To baptize or be baptized was originally an act of civil disobedience, a stance that espoused religious freedom, separation of church and state, and voluntary acceptance of the faith. Unlike most of our history, early converts needed to count the cost of possible imprisonment, banishment as refugees, and suffering even to death. In a safer nineteenth century, baptism at an earlier age seemed more feasible. A frequent historical caricature of Brethren preaching claims that whatever the text, the minister always managed to get around to the topic of baptism.[ii]
The centrality of immersion baptism came from the growing sect’s reading of the New Testament and a study of the early church, synthesized through the writings of Radical Pietist Gottfried Arnold.[iii] In this practice they found a convergence of the inner change of heart described throughout Pietist literature and the outward form they believed Scripture and the early church required to indicate such a change. Baptism remains central for Brethren groups as a signifier of the central dialectics at the heart of our faith—inner and outer, individual and corporate, Word and Spirit.
The conversations that sustained the group that would become the “New Baptists” trace their origin to another Radical Pietist, Ernst Christoph Hochmann von Hochenau, a disciple of Arnold. Hochmann had a tremendous impact on Alexander Mack, considered the founder of the Brethren movement. If Arnold was the great teacher of the movement of Radical Pietism, then Hochmann was its chief evangelist. Hochmann’s teachings provided the necessary catalyst to coalesce varied theological sentiments into the firm convictions that would serve as the foundation for the congregation in Schwarzenau. Mack did not blindly assent to Arnold’s and Hochmann’s views but drew upon insights gained in conversations with Swiss-German Mennonites in the region. Such an infusion of ideas helped form the historic dialectic that makes Brethrenism possible—Radical Pietism and Anabaptism.

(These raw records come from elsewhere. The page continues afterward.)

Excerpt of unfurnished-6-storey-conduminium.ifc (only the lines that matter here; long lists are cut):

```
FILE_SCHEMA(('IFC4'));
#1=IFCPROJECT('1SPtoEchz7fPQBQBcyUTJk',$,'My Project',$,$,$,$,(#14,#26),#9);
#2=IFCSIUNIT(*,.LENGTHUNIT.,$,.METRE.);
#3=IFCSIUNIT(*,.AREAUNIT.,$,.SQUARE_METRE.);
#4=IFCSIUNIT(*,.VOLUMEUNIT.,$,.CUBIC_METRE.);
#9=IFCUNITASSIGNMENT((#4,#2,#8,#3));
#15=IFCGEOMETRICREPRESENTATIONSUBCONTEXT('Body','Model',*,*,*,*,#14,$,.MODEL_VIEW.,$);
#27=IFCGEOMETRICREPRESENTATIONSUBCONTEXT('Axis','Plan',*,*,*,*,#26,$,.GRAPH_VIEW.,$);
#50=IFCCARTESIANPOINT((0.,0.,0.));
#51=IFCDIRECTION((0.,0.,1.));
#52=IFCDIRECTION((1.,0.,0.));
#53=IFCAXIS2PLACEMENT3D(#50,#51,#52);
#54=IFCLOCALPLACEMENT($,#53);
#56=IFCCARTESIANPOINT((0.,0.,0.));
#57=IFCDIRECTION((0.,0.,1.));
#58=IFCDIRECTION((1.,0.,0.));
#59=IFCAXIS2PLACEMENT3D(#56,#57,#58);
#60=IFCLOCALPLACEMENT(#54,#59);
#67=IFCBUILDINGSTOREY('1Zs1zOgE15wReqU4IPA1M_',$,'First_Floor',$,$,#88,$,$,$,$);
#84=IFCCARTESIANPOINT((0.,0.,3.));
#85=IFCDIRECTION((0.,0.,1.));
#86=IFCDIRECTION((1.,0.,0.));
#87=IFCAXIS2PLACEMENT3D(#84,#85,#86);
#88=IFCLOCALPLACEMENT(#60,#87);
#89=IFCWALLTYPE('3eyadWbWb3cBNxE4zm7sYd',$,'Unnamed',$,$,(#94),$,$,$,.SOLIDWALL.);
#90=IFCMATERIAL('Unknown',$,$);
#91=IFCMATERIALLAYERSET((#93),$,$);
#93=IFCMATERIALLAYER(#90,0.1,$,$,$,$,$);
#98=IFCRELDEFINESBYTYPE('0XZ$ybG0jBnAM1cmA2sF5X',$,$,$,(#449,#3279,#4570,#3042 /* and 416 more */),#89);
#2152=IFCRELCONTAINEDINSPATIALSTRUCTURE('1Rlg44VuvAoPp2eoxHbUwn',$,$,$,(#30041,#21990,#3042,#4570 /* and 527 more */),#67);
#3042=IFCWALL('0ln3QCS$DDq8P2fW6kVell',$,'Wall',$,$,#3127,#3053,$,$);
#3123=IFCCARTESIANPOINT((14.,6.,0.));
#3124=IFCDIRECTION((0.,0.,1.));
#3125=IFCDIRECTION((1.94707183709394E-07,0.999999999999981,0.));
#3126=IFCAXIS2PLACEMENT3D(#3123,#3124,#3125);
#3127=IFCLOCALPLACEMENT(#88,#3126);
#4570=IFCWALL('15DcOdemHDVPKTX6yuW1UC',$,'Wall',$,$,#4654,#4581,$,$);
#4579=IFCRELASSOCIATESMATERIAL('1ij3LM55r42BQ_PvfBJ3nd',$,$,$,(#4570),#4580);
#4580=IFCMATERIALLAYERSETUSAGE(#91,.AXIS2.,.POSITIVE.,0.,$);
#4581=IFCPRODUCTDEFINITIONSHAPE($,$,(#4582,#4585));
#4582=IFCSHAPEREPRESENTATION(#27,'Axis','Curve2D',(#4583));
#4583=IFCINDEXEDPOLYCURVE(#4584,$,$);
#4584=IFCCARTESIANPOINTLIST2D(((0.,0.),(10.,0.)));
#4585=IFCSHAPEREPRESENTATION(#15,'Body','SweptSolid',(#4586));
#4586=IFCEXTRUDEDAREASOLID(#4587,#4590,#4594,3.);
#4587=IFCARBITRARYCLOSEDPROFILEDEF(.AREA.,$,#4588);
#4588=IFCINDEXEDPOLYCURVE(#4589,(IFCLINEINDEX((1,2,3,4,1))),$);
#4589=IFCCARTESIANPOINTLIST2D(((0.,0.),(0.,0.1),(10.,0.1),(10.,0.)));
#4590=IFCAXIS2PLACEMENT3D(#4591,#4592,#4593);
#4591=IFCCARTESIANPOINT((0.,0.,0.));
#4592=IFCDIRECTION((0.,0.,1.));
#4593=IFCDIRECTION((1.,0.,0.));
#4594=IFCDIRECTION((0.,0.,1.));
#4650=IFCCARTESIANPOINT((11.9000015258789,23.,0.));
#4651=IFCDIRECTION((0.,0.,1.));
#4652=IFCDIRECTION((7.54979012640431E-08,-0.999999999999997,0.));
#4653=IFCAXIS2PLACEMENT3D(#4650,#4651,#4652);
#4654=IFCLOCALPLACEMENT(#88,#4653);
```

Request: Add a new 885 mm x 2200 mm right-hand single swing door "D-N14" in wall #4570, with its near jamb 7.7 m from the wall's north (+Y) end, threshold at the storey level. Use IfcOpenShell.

```python
import numpy as np
import ifcopenshell
import ifcopenshell.api.feature
import ifcopenshell.api.geometry
import ifcopenshell.api.root
import ifcopenshell.api.spatial
import ifcopenshell.geom
import ifcopenshell.util.element
import ifcopenshell.util.placement
import ifcopenshell.util.representation
import ifcopenshell.util.shape
import ifcopenshell.util.unit

model = ifcopenshell.open("unfurnished-6-storey-conduminium.ifc")
unit_scale = ifcopenshell.util.unit.calculate_unit_scale(model)
settings = ifcopenshell.geom.settings()


def volume(element):
    """Net volume in cubic metres, openings subtracted."""
    shape = ifcopenshell.geom.create_shape(settings, element)
    return ifcopenshell.util.shape.get_volume(shape.geometry)


wall = model.by_guid("15DcOdemHDVPKTX6yuW1UC")
storey = ifcopenshell.util.element.get_container(wall, ifc_class="IfcBuildingStorey")
context = ifcopenshell.util.representation.get_context(model, "Model", "Body", "MODEL_VIEW")
before = volume(wall)

width, height, from_end, sill = 0.885, 2.2, 7.7, 0.0  # metres

# The wall runs along its own X axis, and the end named is its -X end.
wall_shape = ifcopenshell.geom.create_shape(settings, wall)
x, y, z = ifcopenshell.util.shape.get_vertices(wall_shape.geometry).T
start = x.min() + from_end
face, thickness = float(y.min()), float(y.max() - y.min())
wall_matrix = ifcopenshell.util.placement.get_local_placement(wall.ObjectPlacement)
level = ifcopenshell.util.placement.get_local_placement(storey.ObjectPlacement)[2, 3]


def in_wall(x, y):
    """Placement at x, y metres in the wall's axes, at sill height."""
    matrix = wall_matrix.copy()
    matrix[:, 3] = wall_matrix @ np.array([x / unit_scale, y / unit_scale, 0.0, 1.0])
    matrix[2, 3] = level + sill / unit_scale
    return matrix


# Opening: a box that overshoots both wall faces by 50 mm.
opening = ifcopenshell.api.root.create_entity(model, ifc_class="IfcOpeningElement", predefined_type="OPENING")
box = ifcopenshell.api.geometry.add_wall_representation(
    model, context=context, length=width, height=height, thickness=thickness + 0.1
)
ifcopenshell.api.geometry.assign_representation(model, product=opening, representation=box)
ifcopenshell.api.geometry.edit_object_placement(model, product=opening, matrix=in_wall(start, face - 0.05), is_si=False)
ifcopenshell.api.feature.add_feature(model, feature=opening, element=wall)

door = ifcopenshell.api.root.create_entity(model, ifc_class="IfcDoor", name="D-N14", predefined_type="DOOR")
door.OverallWidth, door.OverallHeight = width / unit_scale, height / unit_scale
door.OperationType = "SINGLE_SWING_RIGHT"
body = ifcopenshell.api.geometry.add_door_representation(
    model,
    context=context,
    overall_width=door.OverallWidth,
    overall_height=door.OverallHeight,
    operation_type="SINGLE_SWING_RIGHT",
    lining_properties={"LiningDepth": thickness / unit_scale, "ThresholdDepth": thickness / unit_scale},
)
ifcopenshell.api.geometry.assign_representation(model, product=door, representation=body)
ifcopenshell.api.spatial.assign_container(model, products=[door], relating_structure=storey)
ifcopenshell.api.feature.add_filling(model, opening=opening, element=door)

# The lining spans the wall, so the door starts at the wall face.
ifcopenshell.api.geometry.edit_object_placement(model, product=door, matrix=in_wall(start, face), is_si=False)

after = volume(wall)

print(f"wall volume {before:.3f} -> {after:.3f} m3")

model.write("unfurnished-6-storey-conduminium_v2.ifc")
```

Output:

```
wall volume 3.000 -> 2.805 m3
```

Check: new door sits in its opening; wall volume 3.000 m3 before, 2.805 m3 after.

Pietism, especially the Radical Pietism that informed the early Brethren, is an important stream of thought in Brethren theology. If Anabaptism is the structure of the Brethren, then Pietism is the soul. Pietism is difficult to distill down to core tenets. The term first comes into vogue by a professor in Leipzig in 1689. “The name Pietist is known all over the city,” he writes. “What is a Pietist? One who studies God’s word and leads a holy life. This is well done; indeed, it would be good for every Christian.”[iv] Though difficult to discern, Brian Moore has argued that four themes are common to this large umbrella movement. (1) The “fall” of the Church, (2) a disassociation from fallen “Babel,” a term applied to the fallen Church, (3) an emphasis on new birth, the Holy Spirit, and personal holiness, and (4) an emphasis on an adult response to Jesus.[v] Roger Olson and Christian Collins-Winn further develop lists like Moore’s and suggest that Pietism emphasized ten core tenets:
(1) The embrace and acceptance of orthodox Protestant doctrine, broadly defined; (2) experiential, transformative Christianity; (3) conversion, the regeneration of the “inner man”; (4) conversional piety—a strong devotional life and a personal relationship with God through Jesus Christ crucified and risen; (5) visible Christianity—holy living and transformed character; (6) love of the Bible understood as a medium of an immediate relationship with God; (7) Christian life lived in community; (8) world transformation toward the kingdom of God; (9) ecumenical, irenic Christianity; and (10) the common priesthood of true believers.[vi]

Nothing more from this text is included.